1. Passt eine weiße oder eine schwarze Gabel besser?











2. Mein Rahmen wird im Herbst neu gepulvert. Welche andere Farbe (außer schwarz oder weiß) könnte noch passen. Die roten Laufräder und Bremssattel bleiben auf jeden Fall!


----------



## trickn0l0gy (6. September 2007)

also der riesige bashguard sieht mal echt klobig und nicht grad elegant aus. den sattel finde ich auch nicht schön. alles schwarz in schwarz finde ich besser als mit weisser gabel. andererseits, wenn du den rahmen pulverst, ich weiß ja nicht wie dein geschmack ist, aber jürgen macht nen geilen porno-glidder. misch den doch mit rot und dann nimm die weisse gabel. wobei schwarz da auch noch passen würde. weiss ist besser für foddos, weil sichtbarer, schwarz ist mehr understatement. was sagt denn dein bauchgefühl?


----------



## MTB-News.de




----------



## rsu (7. September 2007)

Also das ist sicherlich Geschmackssache. Ich finde zB die weisse Gabel ganz schön, alles nur schwarz (bis auf LR/Bremse) is irgendwie fad. Den Rahmen würd ich nicht in rot pulvern lassen, das wär mir dann zuviel rot und ob man da so den richtigen Rotton trifft? 
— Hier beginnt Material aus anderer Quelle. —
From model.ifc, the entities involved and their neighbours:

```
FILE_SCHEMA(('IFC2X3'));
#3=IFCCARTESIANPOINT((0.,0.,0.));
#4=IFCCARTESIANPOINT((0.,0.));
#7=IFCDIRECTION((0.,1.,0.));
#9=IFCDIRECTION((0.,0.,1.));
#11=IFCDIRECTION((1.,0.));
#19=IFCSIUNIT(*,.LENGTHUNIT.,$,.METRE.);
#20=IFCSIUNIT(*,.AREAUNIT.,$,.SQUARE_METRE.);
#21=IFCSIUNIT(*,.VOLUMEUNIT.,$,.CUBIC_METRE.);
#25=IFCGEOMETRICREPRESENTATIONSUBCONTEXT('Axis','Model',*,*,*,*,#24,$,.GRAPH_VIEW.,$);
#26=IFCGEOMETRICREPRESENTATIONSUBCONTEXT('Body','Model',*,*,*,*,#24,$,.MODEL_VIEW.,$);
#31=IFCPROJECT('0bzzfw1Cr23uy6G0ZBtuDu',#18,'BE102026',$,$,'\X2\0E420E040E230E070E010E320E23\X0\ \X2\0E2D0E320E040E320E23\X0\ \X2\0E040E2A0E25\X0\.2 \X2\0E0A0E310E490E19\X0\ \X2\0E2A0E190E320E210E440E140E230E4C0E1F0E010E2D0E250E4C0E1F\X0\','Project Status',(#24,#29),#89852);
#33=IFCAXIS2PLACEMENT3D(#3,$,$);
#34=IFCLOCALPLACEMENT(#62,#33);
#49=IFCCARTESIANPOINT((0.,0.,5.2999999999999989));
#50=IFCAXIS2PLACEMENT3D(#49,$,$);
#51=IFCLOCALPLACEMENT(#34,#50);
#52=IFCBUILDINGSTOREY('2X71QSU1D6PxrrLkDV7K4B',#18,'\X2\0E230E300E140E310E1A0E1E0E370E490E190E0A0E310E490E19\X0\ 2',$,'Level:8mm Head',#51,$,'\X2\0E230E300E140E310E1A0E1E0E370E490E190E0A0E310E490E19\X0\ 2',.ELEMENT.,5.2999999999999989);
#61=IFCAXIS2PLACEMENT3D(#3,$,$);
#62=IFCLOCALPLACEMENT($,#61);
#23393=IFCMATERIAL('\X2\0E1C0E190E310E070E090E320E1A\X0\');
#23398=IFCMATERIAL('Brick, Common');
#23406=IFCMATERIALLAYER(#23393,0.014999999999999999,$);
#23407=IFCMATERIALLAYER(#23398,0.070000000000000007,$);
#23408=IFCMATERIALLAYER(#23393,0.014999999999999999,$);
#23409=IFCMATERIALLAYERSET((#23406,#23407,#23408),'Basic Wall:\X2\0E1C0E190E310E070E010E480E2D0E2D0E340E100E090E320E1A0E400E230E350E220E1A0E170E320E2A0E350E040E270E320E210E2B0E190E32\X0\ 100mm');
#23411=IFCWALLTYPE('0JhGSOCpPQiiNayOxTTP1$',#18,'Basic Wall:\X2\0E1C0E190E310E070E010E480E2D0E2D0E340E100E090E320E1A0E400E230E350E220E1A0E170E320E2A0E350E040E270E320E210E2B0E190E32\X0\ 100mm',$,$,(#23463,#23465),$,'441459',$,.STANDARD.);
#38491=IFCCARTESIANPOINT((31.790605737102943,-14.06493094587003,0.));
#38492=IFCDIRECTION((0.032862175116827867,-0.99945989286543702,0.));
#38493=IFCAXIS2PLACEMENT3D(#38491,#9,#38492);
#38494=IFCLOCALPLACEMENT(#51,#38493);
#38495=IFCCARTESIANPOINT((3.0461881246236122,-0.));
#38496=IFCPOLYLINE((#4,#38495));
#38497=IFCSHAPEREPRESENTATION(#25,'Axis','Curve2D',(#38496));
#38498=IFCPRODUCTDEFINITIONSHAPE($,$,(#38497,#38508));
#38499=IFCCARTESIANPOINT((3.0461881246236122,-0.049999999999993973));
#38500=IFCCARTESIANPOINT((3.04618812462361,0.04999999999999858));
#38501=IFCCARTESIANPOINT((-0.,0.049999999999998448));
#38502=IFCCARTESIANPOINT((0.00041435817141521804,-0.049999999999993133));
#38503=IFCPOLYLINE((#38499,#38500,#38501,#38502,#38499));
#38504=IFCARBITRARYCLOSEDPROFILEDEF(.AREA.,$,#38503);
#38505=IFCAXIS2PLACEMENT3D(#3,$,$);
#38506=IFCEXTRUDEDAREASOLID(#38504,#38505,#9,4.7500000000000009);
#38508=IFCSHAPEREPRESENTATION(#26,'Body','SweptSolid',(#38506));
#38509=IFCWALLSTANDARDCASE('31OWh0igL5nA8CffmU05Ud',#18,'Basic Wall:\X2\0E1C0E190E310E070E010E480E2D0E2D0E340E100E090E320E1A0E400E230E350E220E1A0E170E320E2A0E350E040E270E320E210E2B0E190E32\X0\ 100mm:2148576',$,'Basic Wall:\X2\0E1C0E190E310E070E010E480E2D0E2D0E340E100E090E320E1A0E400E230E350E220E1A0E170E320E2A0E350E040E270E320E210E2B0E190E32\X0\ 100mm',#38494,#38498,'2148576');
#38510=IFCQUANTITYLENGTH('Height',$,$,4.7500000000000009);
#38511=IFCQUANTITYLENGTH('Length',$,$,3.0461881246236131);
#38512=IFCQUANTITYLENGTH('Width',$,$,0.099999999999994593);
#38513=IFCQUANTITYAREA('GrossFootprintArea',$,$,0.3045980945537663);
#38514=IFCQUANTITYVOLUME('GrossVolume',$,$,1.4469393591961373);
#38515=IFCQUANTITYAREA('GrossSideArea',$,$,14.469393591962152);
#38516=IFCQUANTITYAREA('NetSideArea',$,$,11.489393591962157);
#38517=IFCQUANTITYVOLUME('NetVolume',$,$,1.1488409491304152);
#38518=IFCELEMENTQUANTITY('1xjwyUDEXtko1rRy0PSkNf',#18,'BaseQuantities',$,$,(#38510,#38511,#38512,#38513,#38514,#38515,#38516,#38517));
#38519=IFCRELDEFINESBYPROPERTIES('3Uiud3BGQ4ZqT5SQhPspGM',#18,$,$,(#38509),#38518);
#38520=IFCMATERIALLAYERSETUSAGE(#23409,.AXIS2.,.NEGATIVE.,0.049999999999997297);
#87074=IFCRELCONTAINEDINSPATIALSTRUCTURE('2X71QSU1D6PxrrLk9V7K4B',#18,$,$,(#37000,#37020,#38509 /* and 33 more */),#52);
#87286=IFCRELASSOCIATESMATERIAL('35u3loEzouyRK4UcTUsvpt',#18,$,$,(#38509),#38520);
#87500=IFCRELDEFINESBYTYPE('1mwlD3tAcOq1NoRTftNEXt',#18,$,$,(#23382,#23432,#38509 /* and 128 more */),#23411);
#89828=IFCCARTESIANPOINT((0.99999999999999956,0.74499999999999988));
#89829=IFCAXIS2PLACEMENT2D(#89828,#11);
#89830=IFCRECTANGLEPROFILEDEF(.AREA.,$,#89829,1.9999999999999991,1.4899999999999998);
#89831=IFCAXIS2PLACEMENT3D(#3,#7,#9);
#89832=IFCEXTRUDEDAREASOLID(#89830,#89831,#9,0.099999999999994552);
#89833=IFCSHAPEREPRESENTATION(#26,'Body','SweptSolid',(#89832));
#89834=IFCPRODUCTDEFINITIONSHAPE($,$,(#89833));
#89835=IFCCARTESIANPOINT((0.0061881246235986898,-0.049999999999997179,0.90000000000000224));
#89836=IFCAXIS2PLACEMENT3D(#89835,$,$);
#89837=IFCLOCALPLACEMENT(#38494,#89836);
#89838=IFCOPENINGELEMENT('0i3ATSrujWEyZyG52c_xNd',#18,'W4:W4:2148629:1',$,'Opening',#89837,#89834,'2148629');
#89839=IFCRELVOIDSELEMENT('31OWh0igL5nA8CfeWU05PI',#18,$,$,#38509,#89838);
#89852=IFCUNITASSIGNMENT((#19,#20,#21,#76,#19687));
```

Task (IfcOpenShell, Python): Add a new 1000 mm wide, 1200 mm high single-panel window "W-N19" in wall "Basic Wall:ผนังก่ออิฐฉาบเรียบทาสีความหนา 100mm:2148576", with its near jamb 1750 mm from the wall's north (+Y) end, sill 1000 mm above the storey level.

```python
import numpy as np
import ifcopenshell
import ifcopenshell.api.feature
import ifcopenshell.api.geometry
import ifcopenshell.api.pset
import ifcopenshell.api.root
import ifcopenshell.api.spatial
import ifcopenshell.api.type
import ifcopenshell.geom
import ifcopenshell.util.element
import ifcopenshell.util.placement
import ifcopenshell.util.representation
import ifcopenshell.util.shape
import ifcopenshell.util.unit

model = ifcopenshell.open("model.ifc")
unit_scale = ifcopenshell.util.unit.calculate_unit_scale(model)
area_scale = ifcopenshell.util.unit.calculate_unit_scale(model, "AREAUNIT")
volume_scale = ifcopenshell.util.unit.calculate_unit_scale(model, "VOLUMEUNIT")
settings = ifcopenshell.geom.settings()


def volume(element):
    """Net volume in cubic metres, openings subtracted."""
    shape = ifcopenshell.geom.create_shape(settings, element)
    return ifcopenshell.util.shape.get_volume(shape.geometry)


wall = model.by_id(38509)
storey = ifcopenshell.util.element.get_container(wall, ifc_class="IfcBuildingStorey")
context = ifcopenshell.util.representation.get_context(model, "Model", "Body", "MODEL_VIEW")
before = volume(wall)

width, height, from_end, sill = 1, 1.2, 1.75, 1  # metres

# The wall runs along its own X axis, and the end named is its -X end.
wall_shape = ifcopenshell.geom.create_shape(settings, wall)
x, y, z = ifcopenshell.util.shape.get_vertices(wall_shape.geometry).T
start = x.min() + from_end
face, thickness = float(y.min()), float(y.max() - y.min())
wall_matrix = ifcopenshell.util.placement.get_local_placement(wall.ObjectPlacement)
level = ifcopenshell.util.placement.get_local_placement(storey.ObjectPlacement)[2, 3]


def in_wall(x, y):
    """Placement at x, y metres in the wall's axes, at sill height."""
    matrix = wall_matrix.copy()
    matrix[:, 3] = wall_matrix @ np.array([x / unit_scale, y / unit_scale, 0.0, 1.0])
    matrix[2, 3] = level + sill / unit_scale
    return matrix


# Opening: a box that overshoots both wall faces by 50 mm.
opening = ifcopenshell.api.root.create_entity(model, ifc_class="IfcOpeningElement")
box = ifcopenshell.api.geometry.add_wall_representation(
    model, context=context, length=width, height=height, thickness=thickness + 0.1
)
ifcopenshell.api.geometry.assign_representation(model, product=opening, representation=box)
ifcopenshell.api.geometry.edit_object_placement(model, product=opening, matrix=in_wall(start, face - 0.05), is_si=False)
ifcopenshell.api.feature.add_feature(model, feature=opening, element=wall)

window = ifcopenshell.api.root.create_entity(model, ifc_class="IfcWindow", name="W-N19")
window.OverallWidth, window.OverallHeight = width / unit_scale, height / unit_scale
body = ifcopenshell.api.geometry.add_window_representation(
    model,
    context=context,
    overall_width=window.OverallWidth,
    overall_height=window.OverallHeight,
    partition_type="SINGLE_PANEL",
)
ifcopenshell.api.geometry.assign_representation(model, product=window, representation=body)
ifcopenshell.api.spatial.assign_container(model, products=[window], relating_structure=storey)
fills = ifcopenshell.api.feature.add_filling(model, opening=opening, element=window)
fills.OwnerHistory = window.OwnerHistory  # required in IFC2X3

# IFC2X3 keeps the operation on the window style.
style = ifcopenshell.api.root.create_entity(model, ifc_class="IfcWindowStyle", name="W-N19")
style.OperationType, style.ConstructionType = "SINGLE_PANEL", "NOTDEFINED"
style.ParameterTakesPrecedence = style.Sizeable = False
ifcopenshell.api.type.assign_type(model, related_objects=[window], relating_type=style)

# Centre the window in the wall's thickness.
ifcopenshell.api.geometry.edit_object_placement(model, product=window, matrix=in_wall(start, face), is_si=False)
window_shape = ifcopenshell.geom.create_shape(settings, window)
depth = ifcopenshell.util.shape.get_vertices(window_shape.geometry)[:, 1]
offset = face + thickness / 2 - (depth.min() + depth.max()) / 2
ifcopenshell.api.geometry.edit_object_placement(model, product=window, matrix=in_wall(start, offset), is_si=False)

after = volume(wall)

# Update the wall's stored quantities.
qto = model.by_id(ifcopenshell.util.element.get_pset(wall, "BaseQuantities", should_inherit=False)["id"])
ifcopenshell.api.pset.edit_qto(model, qto=qto, properties={
    "NetSideArea": after / thickness / area_scale,
    "NetVolume": after / volume_scale,
})

print(f"wall volume {before:.3f} -> {after:.3f} m3")

model.write("model_updated.ifc")
```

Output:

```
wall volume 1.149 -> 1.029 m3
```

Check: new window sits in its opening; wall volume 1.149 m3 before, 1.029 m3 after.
Evtl bei weisser Gabel so ein Flammendesign wie hier und dazu noch ne weisse Wippe:
http://www.alutech-bikes.com/de/frames/wildsau_dh.html

Granny Smith Dormant könnte ich mir evtl auch noch vorstellen. Ist aber wohl nimmer lange im Angebot 

Die Farbpalette hast Du schon gesehen?
http://www.alutech-bikes.com/imagexl/color/RAL-xl.jpg


----------



## trickn0l0gy (7. September 2007)

ja schwarzer grund mit weissen flammen wär auch schick, da stimme ich mit dem rsu überein. da passt dann die weisse gabel perfekt. weisse wippe fände ich dann aber übertrieben.


----------



## thaper (7. September 2007)

Piefke schrieb:


> Hallo liebe Freunde der wilden Sau. Ich brauche mal euren Rat, zwecks Farbgestaltung meiner Sau.
> 1. Passt eine weiße oder eine schwarze Gabel besser?
> 
> 
> ...


wie kann man mit so hohem trettlager fahrn?


----------



## trickn0l0gy (7. September 2007)

ganz einfach. draufsetzen und losfahren. dafür musst du aber nicht alle bilder nochmal zitieren. eine stellungnahme zu seinen fragen wäre ihm sicher lieber gewesen.


----------



## thaper (7. September 2007)

n weißer lenker und n weiß schwarzer sattel würden da einiges machen..
bei den bremsen die grimeca leitungen wegschmeissen und goodridge verbaun. ne rote sattelstützn klemme wäre auch cool. ne andere farbe fürn rahmen.. mh das keiler grün würde gut kommen. oder blau. gelb und orange wäre der abschuss, gar nich schön und so.
und son weißer e13 bashguard kommt bestimmt auch cool


----------



## Piefke (7. September 2007)

Danke für eure Tipps. Die Gabel wird wohl schwarz bleiben, die RC2 ETA passt von der Funktion einfach besser als die RC2X - ich könnte zwar die Tauchrohreinheit tauschen, aber dann wäre bei der neuen RC2 ETA die Garantie weg.
Das Tretlager sieht nur so hoch aus, wenn man drauf sitzt, passt das schon.
Rot würde ich auch nicht als Rahmenfarbe nehmen, ich dacht vielleicht an ein helles Grau oder grün, aber eher ein dunkles.


----------



## The Passenger (9. September 2007)

Piefke schrieb:
			
		

> Rot würde ich auch nicht als Rahmenfarbe nehmen, ich dacht vielleicht an ein helles *Grau* oder grün, aber eher ein dunkles.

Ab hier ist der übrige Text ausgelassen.